• _What to produce_:
Please filter the listing below and copy out the lines that hold "elements".

• _Entries provided_:

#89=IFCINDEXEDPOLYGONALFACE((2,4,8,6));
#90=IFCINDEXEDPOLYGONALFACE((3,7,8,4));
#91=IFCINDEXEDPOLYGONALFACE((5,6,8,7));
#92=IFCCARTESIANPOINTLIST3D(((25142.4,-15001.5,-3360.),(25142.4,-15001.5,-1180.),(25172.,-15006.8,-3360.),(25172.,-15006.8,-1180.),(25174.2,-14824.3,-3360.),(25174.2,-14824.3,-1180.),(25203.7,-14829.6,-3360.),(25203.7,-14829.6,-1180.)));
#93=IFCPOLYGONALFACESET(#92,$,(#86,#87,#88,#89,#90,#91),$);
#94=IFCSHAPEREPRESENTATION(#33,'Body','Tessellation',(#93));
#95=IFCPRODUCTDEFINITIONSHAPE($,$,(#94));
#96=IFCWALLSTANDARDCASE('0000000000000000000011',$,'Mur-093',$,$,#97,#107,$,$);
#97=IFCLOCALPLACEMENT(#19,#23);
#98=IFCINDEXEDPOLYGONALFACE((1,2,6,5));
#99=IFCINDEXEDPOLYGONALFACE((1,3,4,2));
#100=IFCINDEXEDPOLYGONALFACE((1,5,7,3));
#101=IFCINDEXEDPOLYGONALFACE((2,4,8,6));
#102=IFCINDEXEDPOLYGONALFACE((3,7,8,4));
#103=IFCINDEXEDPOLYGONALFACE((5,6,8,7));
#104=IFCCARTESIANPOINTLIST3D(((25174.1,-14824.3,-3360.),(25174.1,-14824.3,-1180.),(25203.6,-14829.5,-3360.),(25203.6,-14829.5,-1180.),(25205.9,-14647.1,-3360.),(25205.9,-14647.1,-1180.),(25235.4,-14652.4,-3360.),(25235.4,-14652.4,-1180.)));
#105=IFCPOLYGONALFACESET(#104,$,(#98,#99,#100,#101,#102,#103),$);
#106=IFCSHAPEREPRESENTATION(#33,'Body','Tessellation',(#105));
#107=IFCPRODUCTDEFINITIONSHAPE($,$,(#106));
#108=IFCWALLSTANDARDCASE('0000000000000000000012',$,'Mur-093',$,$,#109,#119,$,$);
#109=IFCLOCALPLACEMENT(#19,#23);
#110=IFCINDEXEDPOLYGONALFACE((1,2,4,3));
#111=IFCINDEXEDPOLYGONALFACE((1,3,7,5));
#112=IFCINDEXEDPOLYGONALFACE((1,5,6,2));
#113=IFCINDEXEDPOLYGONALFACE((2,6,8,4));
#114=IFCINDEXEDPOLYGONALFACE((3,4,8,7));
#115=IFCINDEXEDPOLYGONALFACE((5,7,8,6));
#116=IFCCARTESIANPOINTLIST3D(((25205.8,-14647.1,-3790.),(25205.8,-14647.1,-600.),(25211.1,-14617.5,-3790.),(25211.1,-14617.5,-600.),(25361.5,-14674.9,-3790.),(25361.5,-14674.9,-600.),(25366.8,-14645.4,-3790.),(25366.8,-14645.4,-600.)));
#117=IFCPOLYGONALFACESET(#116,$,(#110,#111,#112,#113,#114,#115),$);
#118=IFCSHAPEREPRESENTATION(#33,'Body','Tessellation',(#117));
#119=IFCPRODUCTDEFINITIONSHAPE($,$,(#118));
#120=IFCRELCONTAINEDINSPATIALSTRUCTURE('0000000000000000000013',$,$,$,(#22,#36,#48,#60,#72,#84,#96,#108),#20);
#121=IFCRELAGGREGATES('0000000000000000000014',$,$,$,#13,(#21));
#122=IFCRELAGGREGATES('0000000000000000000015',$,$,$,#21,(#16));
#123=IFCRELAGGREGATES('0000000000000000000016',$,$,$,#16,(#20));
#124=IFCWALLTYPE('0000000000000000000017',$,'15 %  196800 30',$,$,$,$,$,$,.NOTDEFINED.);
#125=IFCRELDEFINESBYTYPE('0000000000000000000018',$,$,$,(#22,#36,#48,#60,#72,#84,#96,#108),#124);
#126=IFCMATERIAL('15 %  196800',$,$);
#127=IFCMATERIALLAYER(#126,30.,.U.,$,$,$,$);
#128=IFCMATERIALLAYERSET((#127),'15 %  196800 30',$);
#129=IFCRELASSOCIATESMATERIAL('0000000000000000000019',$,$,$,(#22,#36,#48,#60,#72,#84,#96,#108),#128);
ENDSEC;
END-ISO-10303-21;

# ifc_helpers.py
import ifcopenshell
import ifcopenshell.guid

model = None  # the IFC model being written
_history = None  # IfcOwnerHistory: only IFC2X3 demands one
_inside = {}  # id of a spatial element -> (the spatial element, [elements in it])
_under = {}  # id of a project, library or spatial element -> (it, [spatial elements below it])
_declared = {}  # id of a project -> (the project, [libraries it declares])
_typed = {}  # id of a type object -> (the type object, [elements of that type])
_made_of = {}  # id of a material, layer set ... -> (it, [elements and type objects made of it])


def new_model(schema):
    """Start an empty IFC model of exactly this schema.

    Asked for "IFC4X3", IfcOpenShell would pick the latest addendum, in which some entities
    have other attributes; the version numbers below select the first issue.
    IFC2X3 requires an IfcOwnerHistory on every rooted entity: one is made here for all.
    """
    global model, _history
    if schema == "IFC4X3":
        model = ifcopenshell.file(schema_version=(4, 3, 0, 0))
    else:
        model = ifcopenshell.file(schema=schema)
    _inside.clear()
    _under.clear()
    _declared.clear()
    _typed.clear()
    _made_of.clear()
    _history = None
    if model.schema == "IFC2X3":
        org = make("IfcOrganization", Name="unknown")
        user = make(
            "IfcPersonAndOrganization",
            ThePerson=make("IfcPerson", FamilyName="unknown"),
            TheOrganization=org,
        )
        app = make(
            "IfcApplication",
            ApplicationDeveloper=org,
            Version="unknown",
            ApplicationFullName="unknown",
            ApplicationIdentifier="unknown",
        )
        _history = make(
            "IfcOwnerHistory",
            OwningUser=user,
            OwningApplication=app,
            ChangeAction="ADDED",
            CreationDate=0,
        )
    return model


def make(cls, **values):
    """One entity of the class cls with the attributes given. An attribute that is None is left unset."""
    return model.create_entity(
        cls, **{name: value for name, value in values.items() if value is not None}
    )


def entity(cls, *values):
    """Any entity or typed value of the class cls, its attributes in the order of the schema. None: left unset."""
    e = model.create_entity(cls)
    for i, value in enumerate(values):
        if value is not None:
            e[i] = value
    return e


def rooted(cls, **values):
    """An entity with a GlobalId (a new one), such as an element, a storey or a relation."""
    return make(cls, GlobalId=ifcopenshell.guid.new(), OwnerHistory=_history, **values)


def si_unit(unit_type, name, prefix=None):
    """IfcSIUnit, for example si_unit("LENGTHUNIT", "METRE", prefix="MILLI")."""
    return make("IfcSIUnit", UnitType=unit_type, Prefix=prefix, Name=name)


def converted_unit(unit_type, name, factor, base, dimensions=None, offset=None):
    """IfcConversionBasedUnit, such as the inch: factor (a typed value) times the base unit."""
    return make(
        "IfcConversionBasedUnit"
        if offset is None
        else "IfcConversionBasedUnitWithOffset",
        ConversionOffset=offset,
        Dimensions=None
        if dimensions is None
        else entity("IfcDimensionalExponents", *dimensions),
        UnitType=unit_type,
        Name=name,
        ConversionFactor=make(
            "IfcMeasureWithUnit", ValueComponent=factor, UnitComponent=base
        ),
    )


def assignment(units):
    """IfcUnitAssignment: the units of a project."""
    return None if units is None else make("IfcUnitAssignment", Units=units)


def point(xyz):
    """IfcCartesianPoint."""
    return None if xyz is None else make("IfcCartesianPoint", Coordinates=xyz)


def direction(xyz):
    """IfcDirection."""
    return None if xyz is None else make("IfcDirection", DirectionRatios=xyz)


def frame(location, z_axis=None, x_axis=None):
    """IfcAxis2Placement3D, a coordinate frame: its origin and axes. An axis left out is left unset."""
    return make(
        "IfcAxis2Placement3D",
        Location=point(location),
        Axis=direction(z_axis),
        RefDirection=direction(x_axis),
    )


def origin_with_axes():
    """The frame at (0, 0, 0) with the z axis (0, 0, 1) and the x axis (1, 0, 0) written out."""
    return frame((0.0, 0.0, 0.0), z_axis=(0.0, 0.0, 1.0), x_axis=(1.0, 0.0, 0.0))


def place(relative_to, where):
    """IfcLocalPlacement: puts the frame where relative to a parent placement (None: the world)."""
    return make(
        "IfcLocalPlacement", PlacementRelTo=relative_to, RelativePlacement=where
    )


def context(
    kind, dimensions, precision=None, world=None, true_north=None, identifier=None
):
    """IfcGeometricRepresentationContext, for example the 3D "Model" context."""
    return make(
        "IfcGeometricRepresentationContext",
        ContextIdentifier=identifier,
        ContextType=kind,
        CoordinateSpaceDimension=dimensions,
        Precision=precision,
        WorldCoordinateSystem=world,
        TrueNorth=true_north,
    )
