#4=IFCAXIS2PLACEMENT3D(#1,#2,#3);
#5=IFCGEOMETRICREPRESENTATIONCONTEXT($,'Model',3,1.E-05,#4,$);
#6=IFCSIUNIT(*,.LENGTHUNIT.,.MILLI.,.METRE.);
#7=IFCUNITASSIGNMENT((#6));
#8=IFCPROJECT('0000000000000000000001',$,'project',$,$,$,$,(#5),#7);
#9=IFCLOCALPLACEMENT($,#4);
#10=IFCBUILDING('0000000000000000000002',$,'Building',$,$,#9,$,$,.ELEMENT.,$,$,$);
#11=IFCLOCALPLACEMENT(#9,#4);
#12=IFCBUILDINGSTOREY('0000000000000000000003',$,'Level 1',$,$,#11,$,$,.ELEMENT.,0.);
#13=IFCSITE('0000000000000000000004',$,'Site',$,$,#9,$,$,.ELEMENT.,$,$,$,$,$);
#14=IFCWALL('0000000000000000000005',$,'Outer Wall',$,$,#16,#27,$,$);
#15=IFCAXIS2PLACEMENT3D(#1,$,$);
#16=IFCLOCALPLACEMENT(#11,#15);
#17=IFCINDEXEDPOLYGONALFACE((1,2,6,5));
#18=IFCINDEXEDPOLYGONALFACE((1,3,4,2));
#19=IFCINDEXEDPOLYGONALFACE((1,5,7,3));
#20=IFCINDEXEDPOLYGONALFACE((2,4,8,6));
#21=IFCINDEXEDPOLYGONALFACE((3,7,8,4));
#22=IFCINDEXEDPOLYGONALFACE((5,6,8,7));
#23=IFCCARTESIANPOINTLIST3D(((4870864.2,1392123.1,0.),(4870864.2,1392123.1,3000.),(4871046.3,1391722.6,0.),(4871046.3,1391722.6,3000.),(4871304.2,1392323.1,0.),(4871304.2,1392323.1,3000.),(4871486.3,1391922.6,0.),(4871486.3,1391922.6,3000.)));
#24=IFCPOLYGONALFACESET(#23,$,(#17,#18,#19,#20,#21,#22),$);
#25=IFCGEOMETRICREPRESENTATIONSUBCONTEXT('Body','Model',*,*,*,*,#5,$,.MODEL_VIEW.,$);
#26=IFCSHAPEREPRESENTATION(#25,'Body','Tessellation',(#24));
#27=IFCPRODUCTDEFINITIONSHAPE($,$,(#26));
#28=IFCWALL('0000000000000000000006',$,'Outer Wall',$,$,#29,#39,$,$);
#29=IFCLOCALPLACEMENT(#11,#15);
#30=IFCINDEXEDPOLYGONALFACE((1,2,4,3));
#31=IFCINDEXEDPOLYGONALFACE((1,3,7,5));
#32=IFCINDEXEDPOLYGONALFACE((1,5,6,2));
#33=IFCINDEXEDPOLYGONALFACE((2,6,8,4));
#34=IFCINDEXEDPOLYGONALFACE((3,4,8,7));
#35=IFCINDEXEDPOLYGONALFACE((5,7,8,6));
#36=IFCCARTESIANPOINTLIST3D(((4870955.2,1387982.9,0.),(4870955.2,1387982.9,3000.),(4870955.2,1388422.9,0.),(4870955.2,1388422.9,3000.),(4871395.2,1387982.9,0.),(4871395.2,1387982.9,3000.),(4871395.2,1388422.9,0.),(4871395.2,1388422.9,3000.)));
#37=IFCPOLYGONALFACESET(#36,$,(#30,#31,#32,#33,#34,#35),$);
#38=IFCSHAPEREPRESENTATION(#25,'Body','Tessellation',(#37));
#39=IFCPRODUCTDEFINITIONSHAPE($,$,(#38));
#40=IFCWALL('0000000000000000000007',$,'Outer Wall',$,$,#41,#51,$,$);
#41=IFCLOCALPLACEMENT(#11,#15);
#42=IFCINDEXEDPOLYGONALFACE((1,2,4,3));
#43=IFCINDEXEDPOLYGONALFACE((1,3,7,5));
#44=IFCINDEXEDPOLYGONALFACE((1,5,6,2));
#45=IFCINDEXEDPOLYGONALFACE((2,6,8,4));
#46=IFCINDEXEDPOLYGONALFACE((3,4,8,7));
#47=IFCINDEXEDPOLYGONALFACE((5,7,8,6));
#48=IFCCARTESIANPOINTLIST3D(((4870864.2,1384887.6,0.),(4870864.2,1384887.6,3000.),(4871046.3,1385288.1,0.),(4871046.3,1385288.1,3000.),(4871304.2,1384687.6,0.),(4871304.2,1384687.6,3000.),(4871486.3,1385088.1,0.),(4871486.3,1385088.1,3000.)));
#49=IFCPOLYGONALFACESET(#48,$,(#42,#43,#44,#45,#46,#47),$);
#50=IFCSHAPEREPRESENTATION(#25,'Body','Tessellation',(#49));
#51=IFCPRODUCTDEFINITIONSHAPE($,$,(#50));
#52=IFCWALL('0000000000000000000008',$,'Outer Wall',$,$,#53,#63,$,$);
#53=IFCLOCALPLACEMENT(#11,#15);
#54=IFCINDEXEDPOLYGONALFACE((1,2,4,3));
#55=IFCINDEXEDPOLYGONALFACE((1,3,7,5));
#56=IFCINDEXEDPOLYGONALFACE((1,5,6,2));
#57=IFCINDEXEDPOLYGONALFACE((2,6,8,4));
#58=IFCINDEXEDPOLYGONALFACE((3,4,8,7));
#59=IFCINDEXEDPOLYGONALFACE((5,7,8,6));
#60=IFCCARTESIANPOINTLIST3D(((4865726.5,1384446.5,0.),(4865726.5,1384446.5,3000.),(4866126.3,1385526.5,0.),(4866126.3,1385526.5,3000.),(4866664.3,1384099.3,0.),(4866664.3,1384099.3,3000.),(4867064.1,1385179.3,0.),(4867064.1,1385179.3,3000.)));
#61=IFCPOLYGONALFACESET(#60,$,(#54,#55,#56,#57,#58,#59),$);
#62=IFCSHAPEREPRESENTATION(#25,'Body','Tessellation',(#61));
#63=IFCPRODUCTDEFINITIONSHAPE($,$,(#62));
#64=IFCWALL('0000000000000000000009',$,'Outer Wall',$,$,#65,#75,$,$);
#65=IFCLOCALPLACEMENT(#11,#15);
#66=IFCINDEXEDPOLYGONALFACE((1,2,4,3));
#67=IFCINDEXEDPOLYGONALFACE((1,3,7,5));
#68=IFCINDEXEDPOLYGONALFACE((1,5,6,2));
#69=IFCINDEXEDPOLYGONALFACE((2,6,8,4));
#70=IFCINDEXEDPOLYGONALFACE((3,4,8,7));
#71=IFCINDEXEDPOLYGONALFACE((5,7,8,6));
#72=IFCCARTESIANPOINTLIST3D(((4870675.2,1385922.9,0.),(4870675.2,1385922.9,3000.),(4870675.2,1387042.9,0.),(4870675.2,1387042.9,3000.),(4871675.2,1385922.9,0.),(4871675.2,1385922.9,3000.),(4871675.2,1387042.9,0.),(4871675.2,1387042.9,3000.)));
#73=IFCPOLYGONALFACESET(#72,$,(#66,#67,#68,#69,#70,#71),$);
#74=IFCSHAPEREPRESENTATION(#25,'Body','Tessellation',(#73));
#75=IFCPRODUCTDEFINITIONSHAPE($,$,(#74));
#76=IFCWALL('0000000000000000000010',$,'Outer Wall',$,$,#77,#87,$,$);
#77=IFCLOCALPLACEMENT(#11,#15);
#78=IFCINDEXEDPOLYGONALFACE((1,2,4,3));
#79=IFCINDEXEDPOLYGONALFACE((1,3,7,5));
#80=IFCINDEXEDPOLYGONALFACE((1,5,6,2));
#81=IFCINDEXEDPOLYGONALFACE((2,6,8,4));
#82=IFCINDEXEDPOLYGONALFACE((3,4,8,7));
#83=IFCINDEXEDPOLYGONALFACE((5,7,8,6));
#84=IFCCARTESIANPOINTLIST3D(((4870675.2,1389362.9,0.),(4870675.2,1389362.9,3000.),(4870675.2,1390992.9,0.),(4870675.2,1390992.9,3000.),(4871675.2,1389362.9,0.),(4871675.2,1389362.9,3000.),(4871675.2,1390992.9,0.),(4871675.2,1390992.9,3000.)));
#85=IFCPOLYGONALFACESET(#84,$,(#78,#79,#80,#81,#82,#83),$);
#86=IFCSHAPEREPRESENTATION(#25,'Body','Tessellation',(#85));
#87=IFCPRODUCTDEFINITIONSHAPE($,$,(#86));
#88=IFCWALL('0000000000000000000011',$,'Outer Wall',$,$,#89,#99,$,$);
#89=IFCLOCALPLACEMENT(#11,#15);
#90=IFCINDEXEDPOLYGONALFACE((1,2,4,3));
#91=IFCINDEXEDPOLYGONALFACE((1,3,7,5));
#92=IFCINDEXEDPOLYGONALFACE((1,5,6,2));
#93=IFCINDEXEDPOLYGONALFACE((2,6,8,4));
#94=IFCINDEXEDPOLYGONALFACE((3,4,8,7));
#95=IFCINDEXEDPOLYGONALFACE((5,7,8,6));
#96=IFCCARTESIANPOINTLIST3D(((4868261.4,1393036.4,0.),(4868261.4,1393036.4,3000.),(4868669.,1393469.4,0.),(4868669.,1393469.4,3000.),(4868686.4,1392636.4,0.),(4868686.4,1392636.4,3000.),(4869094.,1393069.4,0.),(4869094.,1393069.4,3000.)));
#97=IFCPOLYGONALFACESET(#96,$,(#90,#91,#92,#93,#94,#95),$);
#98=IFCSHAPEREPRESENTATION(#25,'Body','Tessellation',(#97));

• _Written answer_:
_inside = {}  # id of a spatial element -> (the spatial element, [elements in it])
_under = {}  # id of a project, library or spatial element -> (it, [spatial elements below it])
_typed = {}  # id of a type object -> (the type object, [elements of that type])
_made_of = {}  # id of a material, layer set ... -> (it, [elements and type objects made of it])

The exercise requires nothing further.